▸ **SUPPLIED RECORDS**
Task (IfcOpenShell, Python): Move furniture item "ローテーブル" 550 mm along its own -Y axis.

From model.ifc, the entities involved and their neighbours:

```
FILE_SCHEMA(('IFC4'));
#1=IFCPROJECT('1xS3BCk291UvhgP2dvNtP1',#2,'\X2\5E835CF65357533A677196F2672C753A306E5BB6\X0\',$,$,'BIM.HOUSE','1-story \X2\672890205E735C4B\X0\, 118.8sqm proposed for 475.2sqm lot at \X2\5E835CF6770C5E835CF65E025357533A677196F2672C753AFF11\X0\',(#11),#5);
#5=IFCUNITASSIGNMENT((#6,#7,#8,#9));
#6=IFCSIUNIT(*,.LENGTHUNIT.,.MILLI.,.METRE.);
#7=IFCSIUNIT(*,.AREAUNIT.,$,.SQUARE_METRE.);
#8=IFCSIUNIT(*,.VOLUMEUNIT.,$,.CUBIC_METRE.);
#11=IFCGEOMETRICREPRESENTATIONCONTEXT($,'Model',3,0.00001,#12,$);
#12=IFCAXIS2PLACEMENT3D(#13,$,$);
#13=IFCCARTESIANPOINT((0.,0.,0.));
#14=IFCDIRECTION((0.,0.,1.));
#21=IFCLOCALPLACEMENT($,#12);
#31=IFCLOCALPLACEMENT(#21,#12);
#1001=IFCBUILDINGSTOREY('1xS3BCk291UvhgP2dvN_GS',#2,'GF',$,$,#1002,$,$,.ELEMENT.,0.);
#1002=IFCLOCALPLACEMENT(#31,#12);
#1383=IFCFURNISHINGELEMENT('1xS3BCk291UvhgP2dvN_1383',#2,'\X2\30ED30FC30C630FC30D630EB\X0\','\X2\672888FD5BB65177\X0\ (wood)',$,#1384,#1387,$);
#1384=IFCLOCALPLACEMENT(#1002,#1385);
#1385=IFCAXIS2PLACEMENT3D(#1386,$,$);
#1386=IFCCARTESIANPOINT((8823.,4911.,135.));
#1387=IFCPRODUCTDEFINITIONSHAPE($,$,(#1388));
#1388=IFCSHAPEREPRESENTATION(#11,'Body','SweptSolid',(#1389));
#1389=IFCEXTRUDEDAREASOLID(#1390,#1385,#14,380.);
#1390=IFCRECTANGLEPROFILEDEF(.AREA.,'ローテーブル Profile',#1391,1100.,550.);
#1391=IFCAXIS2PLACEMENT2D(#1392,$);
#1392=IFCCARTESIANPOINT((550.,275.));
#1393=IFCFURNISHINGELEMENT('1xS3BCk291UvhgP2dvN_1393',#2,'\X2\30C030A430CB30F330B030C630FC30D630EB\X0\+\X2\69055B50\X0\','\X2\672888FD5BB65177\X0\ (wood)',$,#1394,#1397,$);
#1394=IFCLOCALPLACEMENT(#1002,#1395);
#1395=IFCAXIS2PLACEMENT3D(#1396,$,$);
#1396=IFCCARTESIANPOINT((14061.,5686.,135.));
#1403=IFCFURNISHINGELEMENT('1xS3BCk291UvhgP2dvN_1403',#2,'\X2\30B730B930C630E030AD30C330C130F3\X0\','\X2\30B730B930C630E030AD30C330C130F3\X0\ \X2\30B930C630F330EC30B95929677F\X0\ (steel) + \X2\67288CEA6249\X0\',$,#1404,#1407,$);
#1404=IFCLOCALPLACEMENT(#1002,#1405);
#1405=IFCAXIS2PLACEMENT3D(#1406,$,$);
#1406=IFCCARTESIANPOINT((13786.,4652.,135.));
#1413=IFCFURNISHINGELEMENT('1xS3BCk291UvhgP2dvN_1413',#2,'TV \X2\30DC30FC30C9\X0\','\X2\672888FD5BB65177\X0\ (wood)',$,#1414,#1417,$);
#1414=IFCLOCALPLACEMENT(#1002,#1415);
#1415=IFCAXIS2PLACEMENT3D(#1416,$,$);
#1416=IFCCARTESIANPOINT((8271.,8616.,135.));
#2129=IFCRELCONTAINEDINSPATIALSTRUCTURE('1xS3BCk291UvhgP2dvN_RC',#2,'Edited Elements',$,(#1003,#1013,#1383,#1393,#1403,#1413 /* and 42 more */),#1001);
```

```python
import ifcopenshell
import ifcopenshell.api.geometry
import ifcopenshell.util.placement
import ifcopenshell.util.unit

model = ifcopenshell.open("model.ifc")
unit_scale = ifcopenshell.util.unit.calculate_unit_scale(model)

item = model.by_id(1383)
matrix = ifcopenshell.util.placement.get_local_placement(item.ObjectPlacement)
matrix[:3, 3] -= matrix[:3, 1] * 0.55 / unit_scale
ifcopenshell.api.geometry.edit_object_placement(model, product=item, matrix=matrix, is_si=False)

print(ifcopenshell.util.placement.get_local_placement(item.ObjectPlacement).round(3) + 0.0)

model.write("model_edited.ifc")
```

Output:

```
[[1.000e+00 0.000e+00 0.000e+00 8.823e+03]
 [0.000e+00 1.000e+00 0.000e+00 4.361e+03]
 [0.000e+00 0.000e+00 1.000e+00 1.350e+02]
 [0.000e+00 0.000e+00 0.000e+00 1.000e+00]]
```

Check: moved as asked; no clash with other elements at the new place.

▸ **REQUIRED WORK**
Give back the listing above exactly as written.

▸ **EXERCISE SOLUTION**
Task (IfcOpenShell, Python): Move furniture item "ローテーブル" 550 mm along its own -Y axis.

From model.ifc, the entities involved and their neighbours:

```
FILE_SCHEMA(('IFC4'));
#1=IFCPROJECT('1xS3BCk291UvhgP2dvNtP1',#2,'\X2\5E835CF65357533A677196F2672C753A306E5BB6\X0\',$,$,'BIM.HOUSE','1-story \X2\672890205E735C4B\X0\, 118.8sqm proposed for 475.2sqm lot at \X2\5E835CF6770C5E835CF65E025357533A677196F2672C753AFF11\X0\',(#11),#5);
#5=IFCUNITASSIGNMENT((#6,#7,#8,#9));
#6=IFCSIUNIT(*,.LENGTHUNIT.,.MILLI.,.METRE.);
#7=IFCSIUNIT(*,.AREAUNIT.,$,.SQUARE_METRE.);
#8=IFCSIUNIT(*,.VOLUMEUNIT.,$,.CUBIC_METRE.);
#11=IFCGEOMETRICREPRESENTATIONCONTEXT($,'Model',3,0.00001,#12,$);
#12=IFCAXIS2PLACEMENT3D(#13,$,$);
#13=IFCCARTESIANPOINT((0.,0.,0.));
#14=IFCDIRECTION((0.,0.,1.));
#21=IFCLOCALPLACEMENT($,#12);
#31=IFCLOCALPLACEMENT(#21,#12);
#1001=IFCBUILDINGSTOREY('1xS3BCk291UvhgP2dvN_GS',#2,'GF',$,$,#1002,$,$,.ELEMENT.,0.);
#1002=IFCLOCALPLACEMENT(#31,#12);
#1383=IFCFURNISHINGELEMENT('1xS3BCk291UvhgP2dvN_1383',#2,'\X2\30ED30FC30C630FC30D630EB\X0\','\X2\672888FD5BB65177\X0\ (wood)',$,#1384,#1387,$);
#1384=IFCLOCALPLACEMENT(#1002,#1385);
#1385=IFCAXIS2PLACEMENT3D(#1386,$,$);
#1386=IFCCARTESIANPOINT((8823.,4911.,135.));
#1387=IFCPRODUCTDEFINITIONSHAPE($,$,(#1388));
#1388=IFCSHAPEREPRESENTATION(#11,'Body','SweptSolid',(#1389));
#1389=IFCEXTRUDEDAREASOLID(#1390,#1385,#14,380.);
#1390=IFCRECTANGLEPROFILEDEF(.AREA.,'ローテーブル Profile',#1391,1100.,550.);
#1391=IFCAXIS2PLACEMENT2D(#1392,$);
#1392=IFCCARTESIANPOINT((550.,275.));
#1393=IFCFURNISHINGELEMENT('1xS3BCk291UvhgP2dvN_1393',#2,'\X2\30C030A430CB30F330B030C630FC30D630EB\X0\+\X2\69055B50\X0\','\X2\672888FD5BB65177\X0\ (wood)',$,#1394,#1397,$);
#1394=IFCLOCALPLACEMENT(#1002,#1395);
#1395=IFCAXIS2PLACEMENT3D(#1396,$,$);
#1396=IFCCARTESIANPOINT((14061.,5686.,135.));
#1403=IFCFURNISHINGELEMENT('1xS3BCk291UvhgP2dvN_1403',#2,'\X2\30B730B930C630E030AD30C330C130F3\X0\','\X2\30B730B930C630E030AD30C330C130F3\X0\ \X2\30B930C630F330EC30B95929677F\X0\ (steel) + \X2\67288CEA6249\X0\',$,#1404,#1407,$);
#1404=IFCLOCALPLACEMENT(#1002,#1405);
#1405=IFCAXIS2PLACEMENT3D(#1406,$,$);
#1406=IFCCARTESIANPOINT((13786.,4652.,135.));
#1413=IFCFURNISHINGELEMENT('1xS3BCk291UvhgP2dvN_1413',#2,'TV \X2\30DC30FC30C9\X0\','\X2\672888FD5BB65177\X0\ (wood)',$,#1414,#1417,$);
#1414=IFCLOCALPLACEMENT(#1002,#1415);
#1415=IFCAXIS2PLACEMENT3D(#1416,$,$);
#1416=IFCCARTESIANPOINT((8271.,8616.,135.));
#2129=IFCRELCONTAINEDINSPATIALSTRUCTURE('1xS3BCk291UvhgP2dvN_RC',#2,'Edited Elements',$,(#1003,#1013,#1383,#1393,#1403,#1413 /* and 42 more */),#1001);
```

```python
import ifcopenshell
import ifcopenshell.api.geometry
import ifcopenshell.util.placement
import ifcopenshell.util.unit

model = ifcopenshell.open("model.ifc")
unit_scale = ifcopenshell.util.unit.calculate_unit_scale(model)

item = model.by_id(1383)
matrix = ifcopenshell.util.placement.get_local_placement(item.ObjectPlacement)
matrix[:3, 3] -= matrix[:3, 1] * 0.55 / unit_scale
ifcopenshell.api.geometry.edit_object_placement(model, product=item, matrix=matrix, is_si=False)

print(ifcopenshell.util.placement.get_local_placement(item.ObjectPlacement).round(3) + 0.0)

model.write("model_edited.ifc")
```

Output:

```
[[1.000e+00 0.000e+00 0.000e+00 8.823e+03]
 [0.000e+00 1.000e+00 0.000e+00 4.361e+03]
 [0.000e+00 0.000e+00 1.000e+00 1.350e+02]
 [0.000e+00 0.000e+00 0.000e+00 1.000e+00]]
```

Check: moved as asked; no clash with other elements at the new place.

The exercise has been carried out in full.